# 15hp on 16ft Lund deep V



## oomph (Aug 14, 2017)

How fast do you guys think that a 15HP 2 Stroke early 90's Evinrude can push a 16ft Deep V Lund?


----------



## Weldorthemagnificent (Aug 14, 2017)

If you're worried about speed, you already have your answer. However a 15 will plane that boat , not loaded to the max, but it will plane and run with 2 guys. Resort guy I know, rents 16 ft lunds with 15hp Yamahas. I have a 16' Naden, very similar to Lund, and have run a 20 and currently a 35. The real questions here are, Where are you fishing? How much weight are you carrying? If the furthest you go is a couple miles with you and a fishing buddy, the 15 is a great choice. 


Sent from my iPhone using Tapatalk


----------



## ktoelke54 (Aug 14, 2017)

20 give or take with a ten pitch prop if you can achieve proper rpm. If your trying to push a big load dropping to a 9 pitch really helps and still gives 17 mph or so. 
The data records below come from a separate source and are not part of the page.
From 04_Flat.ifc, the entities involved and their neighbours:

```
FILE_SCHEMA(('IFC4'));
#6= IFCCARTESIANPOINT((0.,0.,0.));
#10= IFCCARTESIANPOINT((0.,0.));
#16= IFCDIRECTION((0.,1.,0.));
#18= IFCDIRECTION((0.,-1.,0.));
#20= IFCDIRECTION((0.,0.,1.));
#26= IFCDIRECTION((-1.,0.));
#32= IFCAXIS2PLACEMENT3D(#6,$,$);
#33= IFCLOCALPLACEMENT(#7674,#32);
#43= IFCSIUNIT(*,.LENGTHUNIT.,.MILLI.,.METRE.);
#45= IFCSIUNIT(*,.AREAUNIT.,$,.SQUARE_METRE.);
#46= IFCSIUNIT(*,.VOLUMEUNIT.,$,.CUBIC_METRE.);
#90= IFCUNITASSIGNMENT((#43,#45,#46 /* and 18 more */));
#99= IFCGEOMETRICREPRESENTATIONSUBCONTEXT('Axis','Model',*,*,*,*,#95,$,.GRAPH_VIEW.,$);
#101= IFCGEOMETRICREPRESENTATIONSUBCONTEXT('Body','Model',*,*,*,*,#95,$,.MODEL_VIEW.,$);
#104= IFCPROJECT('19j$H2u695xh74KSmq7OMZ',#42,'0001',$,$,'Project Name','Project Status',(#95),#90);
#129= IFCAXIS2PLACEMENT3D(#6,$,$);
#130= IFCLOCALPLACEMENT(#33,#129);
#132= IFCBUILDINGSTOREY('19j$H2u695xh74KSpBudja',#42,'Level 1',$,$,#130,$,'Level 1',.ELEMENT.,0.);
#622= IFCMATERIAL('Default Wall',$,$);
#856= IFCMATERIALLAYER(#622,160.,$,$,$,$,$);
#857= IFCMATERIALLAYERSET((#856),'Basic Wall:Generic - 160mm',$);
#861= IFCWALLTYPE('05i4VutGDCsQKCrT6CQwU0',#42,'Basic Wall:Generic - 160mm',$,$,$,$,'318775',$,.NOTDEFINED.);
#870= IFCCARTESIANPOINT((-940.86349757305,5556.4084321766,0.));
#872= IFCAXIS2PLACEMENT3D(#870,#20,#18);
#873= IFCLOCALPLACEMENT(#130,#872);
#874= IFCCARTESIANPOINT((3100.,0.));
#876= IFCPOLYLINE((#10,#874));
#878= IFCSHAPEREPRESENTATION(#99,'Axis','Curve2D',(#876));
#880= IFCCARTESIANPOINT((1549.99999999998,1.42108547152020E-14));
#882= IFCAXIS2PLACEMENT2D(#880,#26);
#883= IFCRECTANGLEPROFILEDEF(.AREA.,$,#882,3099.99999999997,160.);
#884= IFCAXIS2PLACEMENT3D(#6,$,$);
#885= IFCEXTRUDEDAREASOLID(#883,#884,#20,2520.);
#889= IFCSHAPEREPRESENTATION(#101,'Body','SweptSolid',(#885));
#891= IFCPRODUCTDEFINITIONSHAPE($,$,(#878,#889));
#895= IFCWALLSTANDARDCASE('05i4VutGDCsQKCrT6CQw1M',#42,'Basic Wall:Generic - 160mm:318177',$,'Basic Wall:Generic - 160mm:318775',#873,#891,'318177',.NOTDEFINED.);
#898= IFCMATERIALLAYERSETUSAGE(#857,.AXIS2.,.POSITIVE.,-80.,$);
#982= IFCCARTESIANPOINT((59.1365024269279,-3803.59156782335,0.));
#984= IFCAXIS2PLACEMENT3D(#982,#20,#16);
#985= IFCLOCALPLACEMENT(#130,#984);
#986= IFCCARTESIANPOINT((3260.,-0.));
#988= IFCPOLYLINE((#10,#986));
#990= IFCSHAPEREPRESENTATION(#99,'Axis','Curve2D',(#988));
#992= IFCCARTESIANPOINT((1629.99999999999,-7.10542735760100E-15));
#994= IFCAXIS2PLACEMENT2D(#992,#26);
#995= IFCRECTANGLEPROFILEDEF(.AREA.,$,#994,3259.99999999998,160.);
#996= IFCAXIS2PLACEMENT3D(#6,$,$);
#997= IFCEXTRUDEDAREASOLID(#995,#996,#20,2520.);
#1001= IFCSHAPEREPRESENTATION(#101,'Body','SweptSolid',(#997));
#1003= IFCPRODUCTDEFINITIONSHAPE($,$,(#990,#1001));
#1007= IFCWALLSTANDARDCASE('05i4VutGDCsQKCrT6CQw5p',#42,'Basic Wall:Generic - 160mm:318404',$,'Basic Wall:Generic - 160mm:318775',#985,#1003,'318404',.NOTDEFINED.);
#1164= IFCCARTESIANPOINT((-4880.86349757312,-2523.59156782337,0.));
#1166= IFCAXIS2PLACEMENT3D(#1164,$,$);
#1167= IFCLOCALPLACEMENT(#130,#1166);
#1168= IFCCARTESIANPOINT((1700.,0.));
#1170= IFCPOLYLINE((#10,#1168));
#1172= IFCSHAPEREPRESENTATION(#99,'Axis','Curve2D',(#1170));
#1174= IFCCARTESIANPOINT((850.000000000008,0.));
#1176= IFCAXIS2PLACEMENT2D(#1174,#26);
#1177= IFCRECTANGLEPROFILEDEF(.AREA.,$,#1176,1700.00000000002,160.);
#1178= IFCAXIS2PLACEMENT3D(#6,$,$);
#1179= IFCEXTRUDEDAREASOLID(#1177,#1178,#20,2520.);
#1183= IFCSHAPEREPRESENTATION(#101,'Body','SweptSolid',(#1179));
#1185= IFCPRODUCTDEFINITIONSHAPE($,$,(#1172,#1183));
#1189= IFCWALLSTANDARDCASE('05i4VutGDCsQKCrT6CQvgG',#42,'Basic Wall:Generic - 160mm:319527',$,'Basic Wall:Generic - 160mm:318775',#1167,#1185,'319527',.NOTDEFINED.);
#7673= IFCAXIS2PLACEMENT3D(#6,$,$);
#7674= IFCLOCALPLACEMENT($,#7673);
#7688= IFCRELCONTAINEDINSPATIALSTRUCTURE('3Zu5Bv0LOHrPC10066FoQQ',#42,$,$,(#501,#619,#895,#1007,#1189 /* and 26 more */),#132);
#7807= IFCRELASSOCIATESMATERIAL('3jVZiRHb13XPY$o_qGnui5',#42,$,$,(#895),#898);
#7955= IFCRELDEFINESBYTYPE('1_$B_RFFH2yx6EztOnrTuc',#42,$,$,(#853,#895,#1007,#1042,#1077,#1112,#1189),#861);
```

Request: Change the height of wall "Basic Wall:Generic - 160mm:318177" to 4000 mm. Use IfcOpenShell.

```python
import ifcopenshell
import ifcopenshell.geom
import ifcopenshell.util.representation
import ifcopenshell.util.shape

model = ifcopenshell.open("04_Flat.ifc")
settings = ifcopenshell.geom.settings()


def volume(element):
    """Net volume in cubic metres, openings subtracted."""
    shape = ifcopenshell.geom.create_shape(settings, element)
    return ifcopenshell.util.shape.get_volume(shape.geometry)


wall = model.by_guid("05i4VutGDCsQKCrT6CQw1M")
before = volume(wall)

body = ifcopenshell.util.representation.get_representation(wall, "Model", "Body")
solid = body.Items[0]
old_height = solid.Depth
solid.Depth = 4000.0
after = volume(wall)

print(f"height {old_height:g} -> {solid.Depth:g}, volume {before:.3f} -> {after:.3f} m3")

model.write("04_Flat_rev.ifc")
```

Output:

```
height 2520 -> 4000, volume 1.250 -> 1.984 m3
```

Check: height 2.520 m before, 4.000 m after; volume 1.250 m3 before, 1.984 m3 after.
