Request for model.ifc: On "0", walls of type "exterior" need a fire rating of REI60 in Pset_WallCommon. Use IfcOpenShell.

First a look at what the model holds.

```python
import ifcopenshell
import ifcopenshell.util.element

model = ifcopenshell.open("model.ifc")
print(model.schema)
storey = next(s for s in model.by_type("IfcBuildingStorey") if s.Name == "0")
walls = [e for e in ifcopenshell.util.element.get_decomposition(storey) if e.is_a("IfcWall")]
seen = {}
for e in walls:
    element_type = ifcopenshell.util.element.get_type(e)
    key = (element_type.Name if element_type != e and element_type else None, ifcopenshell.util.element.get_pset(e, "Pset_WallCommon", "FireRating"))
    seen[key] = seen.get(key, 0) + 1
for (name, value), count in sorted(seen.items(), key=str):
    print(count, "x", name, "|", value)
```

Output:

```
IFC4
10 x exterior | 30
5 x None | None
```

```python
import ifcopenshell
import ifcopenshell.api.pset
import ifcopenshell.util.element

model = ifcopenshell.open("model.ifc")

storey = next(s for s in model.by_type("IfcBuildingStorey") if s.Name == "0")
walls = [e for e in ifcopenshell.util.element.get_decomposition(storey) if e.is_a("IfcWall")]

count = 0
for e in walls:
    element_type = ifcopenshell.util.element.get_type(e)
    if element_type in (None, e) or element_type.Name != "exterior":
        continue
    # add_pset returns the element's existing set when there is one.
    pset = ifcopenshell.api.pset.add_pset(model, product=e, name="Pset_WallCommon")
    ifcopenshell.api.pset.edit_pset(model, pset=pset, properties={"FireRating": "REI60"})
    count += 1

print(count, "walls updated")

model.write("model_updated.ifc")
```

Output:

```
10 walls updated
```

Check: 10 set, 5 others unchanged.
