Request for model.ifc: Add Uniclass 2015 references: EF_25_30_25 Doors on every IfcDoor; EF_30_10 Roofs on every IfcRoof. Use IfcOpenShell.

First a look at what the model holds.

```python
import ifcopenshell

model = ifcopenshell.open("model.ifc")
print(model.schema)
print("classifications:", [c.Name for c in model.by_type("IfcClassification")])
for ifc_class in ("IfcDoor", "IfcRoof", "IfcStair", "IfcWall", "IfcWindow"):
    print(ifc_class, len(model.by_type(ifc_class)))
```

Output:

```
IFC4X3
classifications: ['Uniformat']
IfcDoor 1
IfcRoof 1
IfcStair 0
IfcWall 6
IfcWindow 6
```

```python
import ifcopenshell
import ifcopenshell.api.classification

model = ifcopenshell.open("model.ifc")

system = ifcopenshell.api.classification.add_classification(model, classification="Uniclass 2015")

codes = {
    "IfcDoor": ("EF_25_30_25", "Doors"),
    "IfcRoof": ("EF_30_10", "Roofs"),
}
for ifc_class, (code, name) in codes.items():
    products = model.by_type(ifc_class)
    ifcopenshell.api.classification.add_reference(
        model, products=products, classification=system, identification=code, name=name
    )
    print(code, len(products))

model.write("model_rev.ifc")
```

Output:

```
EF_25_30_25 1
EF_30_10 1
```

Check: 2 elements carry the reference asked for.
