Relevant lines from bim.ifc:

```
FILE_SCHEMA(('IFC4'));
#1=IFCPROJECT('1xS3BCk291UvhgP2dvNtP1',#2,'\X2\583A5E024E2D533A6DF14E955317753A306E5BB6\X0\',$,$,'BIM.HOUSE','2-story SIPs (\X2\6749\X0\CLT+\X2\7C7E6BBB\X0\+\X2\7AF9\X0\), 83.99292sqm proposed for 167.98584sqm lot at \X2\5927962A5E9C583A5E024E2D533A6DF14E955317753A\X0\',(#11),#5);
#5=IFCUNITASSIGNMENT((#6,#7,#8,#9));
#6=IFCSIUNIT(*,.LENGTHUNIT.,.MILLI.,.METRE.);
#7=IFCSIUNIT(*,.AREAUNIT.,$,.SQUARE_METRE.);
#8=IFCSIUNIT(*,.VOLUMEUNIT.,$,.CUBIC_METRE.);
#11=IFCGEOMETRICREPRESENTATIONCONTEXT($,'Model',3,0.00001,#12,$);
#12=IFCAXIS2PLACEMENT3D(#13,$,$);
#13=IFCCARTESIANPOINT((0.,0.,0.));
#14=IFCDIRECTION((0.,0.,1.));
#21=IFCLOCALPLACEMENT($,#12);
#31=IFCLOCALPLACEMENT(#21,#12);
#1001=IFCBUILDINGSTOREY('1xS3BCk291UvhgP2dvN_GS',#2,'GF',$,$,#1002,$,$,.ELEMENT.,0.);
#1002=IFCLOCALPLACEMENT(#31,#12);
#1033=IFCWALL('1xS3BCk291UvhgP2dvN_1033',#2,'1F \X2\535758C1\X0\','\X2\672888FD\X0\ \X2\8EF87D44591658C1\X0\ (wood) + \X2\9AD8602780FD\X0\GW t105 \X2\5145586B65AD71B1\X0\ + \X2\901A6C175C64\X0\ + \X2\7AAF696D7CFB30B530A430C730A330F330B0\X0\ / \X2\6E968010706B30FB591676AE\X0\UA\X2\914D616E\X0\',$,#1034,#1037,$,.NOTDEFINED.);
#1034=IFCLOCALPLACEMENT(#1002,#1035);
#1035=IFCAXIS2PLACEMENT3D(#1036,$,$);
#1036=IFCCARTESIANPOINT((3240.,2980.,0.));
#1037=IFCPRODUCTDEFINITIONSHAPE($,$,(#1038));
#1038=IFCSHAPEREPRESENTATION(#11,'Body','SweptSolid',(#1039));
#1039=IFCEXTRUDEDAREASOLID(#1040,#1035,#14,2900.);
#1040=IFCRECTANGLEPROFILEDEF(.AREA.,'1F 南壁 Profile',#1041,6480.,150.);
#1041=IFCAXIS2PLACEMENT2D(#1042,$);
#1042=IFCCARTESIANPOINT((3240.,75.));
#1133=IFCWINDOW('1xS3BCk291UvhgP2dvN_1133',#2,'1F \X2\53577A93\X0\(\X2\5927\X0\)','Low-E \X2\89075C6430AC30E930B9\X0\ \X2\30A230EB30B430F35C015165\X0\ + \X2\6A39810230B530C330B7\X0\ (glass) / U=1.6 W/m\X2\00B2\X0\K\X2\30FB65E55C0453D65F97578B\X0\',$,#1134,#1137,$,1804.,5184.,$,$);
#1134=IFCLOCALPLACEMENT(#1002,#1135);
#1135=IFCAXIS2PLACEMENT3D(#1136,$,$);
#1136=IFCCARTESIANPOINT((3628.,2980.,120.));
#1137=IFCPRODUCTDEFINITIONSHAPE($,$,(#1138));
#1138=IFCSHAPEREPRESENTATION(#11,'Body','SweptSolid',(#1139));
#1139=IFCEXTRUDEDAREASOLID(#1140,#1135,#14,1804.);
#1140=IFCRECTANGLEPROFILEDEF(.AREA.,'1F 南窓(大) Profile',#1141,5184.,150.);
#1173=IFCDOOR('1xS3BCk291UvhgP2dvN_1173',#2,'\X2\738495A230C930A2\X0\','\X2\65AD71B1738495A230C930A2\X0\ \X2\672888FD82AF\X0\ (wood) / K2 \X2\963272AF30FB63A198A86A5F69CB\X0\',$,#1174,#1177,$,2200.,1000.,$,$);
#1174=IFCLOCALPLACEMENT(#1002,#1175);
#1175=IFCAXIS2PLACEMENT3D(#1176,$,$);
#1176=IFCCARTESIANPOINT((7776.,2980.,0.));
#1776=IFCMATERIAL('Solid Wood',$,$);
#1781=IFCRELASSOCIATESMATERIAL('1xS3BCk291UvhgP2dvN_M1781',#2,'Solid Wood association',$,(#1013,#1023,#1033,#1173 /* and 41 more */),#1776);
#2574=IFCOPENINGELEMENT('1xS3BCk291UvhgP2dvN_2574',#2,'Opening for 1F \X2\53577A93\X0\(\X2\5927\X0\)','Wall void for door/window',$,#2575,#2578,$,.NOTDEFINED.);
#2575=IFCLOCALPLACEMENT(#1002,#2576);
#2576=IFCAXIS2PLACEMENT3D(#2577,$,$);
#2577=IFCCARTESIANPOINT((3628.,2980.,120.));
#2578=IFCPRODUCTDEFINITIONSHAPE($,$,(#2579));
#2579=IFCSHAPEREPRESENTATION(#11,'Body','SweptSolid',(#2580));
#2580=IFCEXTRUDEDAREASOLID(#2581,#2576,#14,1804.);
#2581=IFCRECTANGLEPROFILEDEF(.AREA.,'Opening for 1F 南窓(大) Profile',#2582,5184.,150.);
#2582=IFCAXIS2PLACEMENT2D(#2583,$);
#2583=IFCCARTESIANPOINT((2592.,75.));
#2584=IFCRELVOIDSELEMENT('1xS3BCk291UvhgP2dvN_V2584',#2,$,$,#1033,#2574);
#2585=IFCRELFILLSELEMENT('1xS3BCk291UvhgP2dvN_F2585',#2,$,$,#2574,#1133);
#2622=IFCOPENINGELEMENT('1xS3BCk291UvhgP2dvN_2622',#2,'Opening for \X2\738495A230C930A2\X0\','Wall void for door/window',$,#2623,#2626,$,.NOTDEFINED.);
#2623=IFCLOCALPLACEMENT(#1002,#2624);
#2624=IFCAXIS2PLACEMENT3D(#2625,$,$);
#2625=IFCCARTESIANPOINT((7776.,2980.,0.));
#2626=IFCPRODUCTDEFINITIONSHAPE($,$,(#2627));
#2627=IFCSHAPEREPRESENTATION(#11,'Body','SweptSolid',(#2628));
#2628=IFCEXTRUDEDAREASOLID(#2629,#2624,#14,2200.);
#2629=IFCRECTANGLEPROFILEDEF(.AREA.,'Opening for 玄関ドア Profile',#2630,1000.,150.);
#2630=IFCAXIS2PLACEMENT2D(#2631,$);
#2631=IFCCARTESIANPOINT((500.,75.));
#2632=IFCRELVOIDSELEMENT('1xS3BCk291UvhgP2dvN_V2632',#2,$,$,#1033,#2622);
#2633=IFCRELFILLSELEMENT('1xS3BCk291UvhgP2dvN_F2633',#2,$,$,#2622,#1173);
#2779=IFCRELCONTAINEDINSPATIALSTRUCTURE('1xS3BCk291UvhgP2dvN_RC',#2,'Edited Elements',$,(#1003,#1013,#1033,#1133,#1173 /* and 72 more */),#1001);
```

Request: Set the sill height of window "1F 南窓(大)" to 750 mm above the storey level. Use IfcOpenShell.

```python
import numpy as np
import ifcopenshell
import ifcopenshell.api.geometry
import ifcopenshell.geom
import ifcopenshell.util.element
import ifcopenshell.util.placement
import ifcopenshell.util.shape
import ifcopenshell.util.unit

model = ifcopenshell.open("bim.ifc")
unit_scale = ifcopenshell.util.unit.calculate_unit_scale(model)

window = model.by_guid("1xS3BCk291UvhgP2dvN_1133")
opening = window.FillsVoids[0].RelatingOpeningElement
storey = ifcopenshell.util.element.get_container(window, ifc_class="IfcBuildingStorey")
level = ifcopenshell.util.placement.get_local_placement(storey.ObjectPlacement)[2, 3]

# The opening's origin need not be at the sill, so measure its lowest point.
shape = ifcopenshell.geom.create_shape(ifcopenshell.geom.settings(), opening)
bottom = ifcopenshell.util.shape.get_shape_bottom_elevation(shape, shape.geometry) / unit_scale
dz = level + 750.0 - bottom

shift = np.array([0.0, 0.0, dz])
# The window is not placed relative to its opening, so move both.
for product in (opening, window):
    matrix = ifcopenshell.util.placement.get_local_placement(product.ObjectPlacement)
    matrix[:3, 3] += shift
    ifcopenshell.api.geometry.edit_object_placement(model, product=product, matrix=matrix, is_si=False)

print(f"moved by {dz * unit_scale:+.3f} m")

model.write("bim-out.ifc")
```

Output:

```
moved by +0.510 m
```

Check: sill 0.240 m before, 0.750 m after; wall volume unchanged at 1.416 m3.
Sent from my iPad using Tapatalk


----------



## oomph (Aug 15, 2017)

Actually, I just bought a 16ft Hull without the motor, and already have an old 15HP Evinrude in the garage. I'd rather use what I have for now. It's mostly going to be fished with myself and one other person. I plan on using it for short runs, less than 5 miles out on creeks and calm waters. I will eventually re-power it, since it is rated up to 45HP. I plan on restoring the boat over time.

The dry hull weight is 455 - Probably another 500 - 700 pounds between gear and passengers. (including lead acid batteries, cooler, trolling motor etc.)

What pitch prop would you guys suggest?


----------



## DaleH (Aug 15, 2017)

IMHO all this speculation of 'speed' is pointless ... 

FWIW here are real numbers for a Merc 2-stroke 15hp pushing a 13' Alumacraft V-hull tim. Max speed, by 2 GPS units, reports 21MPH with only the operator on board, with 1/2-full 6-gallon tank, and a bow anchor.

There is no way a 15hp OB will push an even heavier 16' boat to greater speeds ...


----------



## oomph (Aug 15, 2017)

I'm not looking to race in the thing, just wanted a rough idea. Thanks!


----------



## wmk0002 (Aug 15, 2017)

My guess would be 16-17mph.

My 1992 15hp Johnson pushes my 1648 alumacraft flatbottom about 18-19 mph with an 8" pitch prop at the top of the WOT range and 2 guys. Goes about 20 with a 10" prop and 2 guys but the rpms drop down to the lower 1/3 of the WOT range. My hull, however, only weighs about 300 lbs from the factory.

I'd get a tiny tach so you know you aren't lugging it and can re-prop it accordingly. My motor is a 1992 model and the factory recommended WOT range is 5500-7000 rpms (I know that seems high). Yours may be that as well. I recently bought a 4 blade 9" pitch Solas prop but haven't had a chance to try it yet. I have read those work well on these small motors on tin boats.


----------



## DiveLiberty (Aug 17, 2017)

@DaleH There is some legitimacy in knowing your speed capabilities. How quick I can get across the lake helps determine what size of lakes I get on and where I put on the lake.


----------



## eview326 (Aug 17, 2017)

I'll second the 16-17 mph. 

I have a 2 stroke 25hp on a 16' mirrocraft that does 23mph on a good day with minimal load. 


Sent from my iPhone using Tapatalk


----------



## DaleH (Aug 17, 2017)

DiveLiberty said:


> There is some legitimacy in knowing your speed capabilities. How quick I can get across the lake helps determine what size of lakes I get on and where I put on the lake.


I agree with that need 110% sir ... !

What I don't agree with is people proclaiming a 15hp will push a 16-foot V-hull w/ 2 people to 20mph :shock: ! Frankly, they're talking out their arse #-o ... whereas I posted 'real', by the numbers & verifed by 2 GPS units, data. :wink: 

I once knew a guy who proclaimed his hull would hit 60mph ... I won the bet ... the ONLY way his hull would hit speeds of 60mph was whilst on a trailer on the freakin' highway, haha!

... some people cannot handle the truth ...


----------



## DiveLiberty (Aug 17, 2017)

DaleH said:


> DiveLiberty said:
> 
> 
> > There is some legitimacy in knowing your speed capabilities. How quick I can get across the lake helps determine what size of lakes I get on and where I put on the lake.
> ...



Fair enough. At the end of the day, a small 2 stroke is a small 2 stroke. Expecting 20 mph when weighed down with decks and live wells is a lot to ask. 


Sent from my iPhone using Tapatalk


----------